Daubeny describes this volcano as follows:

"The Volcán de Agua (Water-Volcano) is of enormous height, being covered with eternal snow, in the latitude of 14°. Captain Basil Hall estimates it at more than 14,000 feet, but a recent traveller states it at 12,600. It has the form of a blunted cone clothed with perpetual verdure to its summit. The crater is from forty to sixty yards in depth, and about 150 in diameter,--the sides and bottom strewed with masses of rock, apparently showing the effects of boiling water or of fire.

"By a deluge of water from this volcano in 1527, the original city of Guatemala was overwhelmed; and the next built, called the Old City, _La Antiqua_, was ruined by an earthquake in 1773. The present capital is situated at a distance of eight leagues from the mountain."

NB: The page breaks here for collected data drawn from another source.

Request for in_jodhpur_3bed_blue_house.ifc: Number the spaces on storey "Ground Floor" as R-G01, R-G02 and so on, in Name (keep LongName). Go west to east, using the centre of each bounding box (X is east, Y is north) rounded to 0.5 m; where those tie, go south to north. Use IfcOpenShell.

First a look at what the model holds.

```python
import ifcopenshell
import ifcopenshell.util.element
import ifcopenshell.util.placement

model = ifcopenshell.open("in_jodhpur_3bed_blue_house.ifc")
print(model.schema)
storey = next(s for s in model.by_type("IfcBuildingStorey") if s.Name == "Ground Floor")
spaces = [e for e in ifcopenshell.util.element.get_decomposition(storey) if e.is_a("IfcSpace")]
for e in sorted(spaces, key=lambda e: e.id()):
    origin = ifcopenshell.util.placement.get_local_placement(e.ObjectPlacement)[:3, 3]
    print(e.id(), e.Name, e.LongName, origin.round(2) + 0.0, sep=" | ")
```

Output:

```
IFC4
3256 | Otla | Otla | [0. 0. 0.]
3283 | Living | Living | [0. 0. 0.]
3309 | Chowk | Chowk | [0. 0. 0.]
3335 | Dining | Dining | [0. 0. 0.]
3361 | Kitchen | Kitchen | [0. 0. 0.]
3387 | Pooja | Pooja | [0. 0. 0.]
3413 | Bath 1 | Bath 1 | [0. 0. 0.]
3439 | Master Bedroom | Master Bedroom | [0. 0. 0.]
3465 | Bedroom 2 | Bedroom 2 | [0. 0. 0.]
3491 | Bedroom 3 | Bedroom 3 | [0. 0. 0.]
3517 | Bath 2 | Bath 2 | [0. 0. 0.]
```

```python
import ifcopenshell
import ifcopenshell.geom
import ifcopenshell.util.element
import ifcopenshell.util.shape

model = ifcopenshell.open("in_jodhpur_3bed_blue_house.ifc")
settings = ifcopenshell.geom.settings()
settings.set("use-world-coords", True)


def centre(element):
    shape = ifcopenshell.geom.create_shape(settings, element)
    return ifcopenshell.util.shape.get_bbox_centroid(shape.geometry)


storey = next(s for s in model.by_type("IfcBuildingStorey") if s.Name == "Ground Floor")
spaces = [e for e in ifcopenshell.util.element.get_decomposition(storey) if e.is_a("IfcSpace")]

# Insertion points can sit at a corner or the storey origin, so sort by the geometry (in metres).
centres = {e: centre(e) for e in spaces}
spaces.sort(key=lambda e: (round(centres[e][0] / 0.5), centres[e][1]))

for i, e in enumerate(spaces, start=1):
    number = f"R-G{i:02d}"
    e.Name = number
    print(e.id(), number)

model.write("in_jodhpur_3bed_blue_house_edited.ifc")
```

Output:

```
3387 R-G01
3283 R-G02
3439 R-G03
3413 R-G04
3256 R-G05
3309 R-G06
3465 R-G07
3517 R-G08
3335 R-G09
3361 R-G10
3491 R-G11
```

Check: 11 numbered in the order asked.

Another volcano in this part of the country is described by Daubeny as follows:

"Massaya, near the lake of that name, was one of the most active vents at the time of the first discovery of the country. Its flames were visible twenty-five miles off. Its crater was only twenty or thirty paces in diameter; but the melted lava 'seethed and rolled in waves as high as towers.' A story is told of a Dominican who imagined the fluid lava was melted gold, and descended into the crater with an iron ladle to carry some away; but the ladle, it is said, melted, and the monk escaped with difficulty."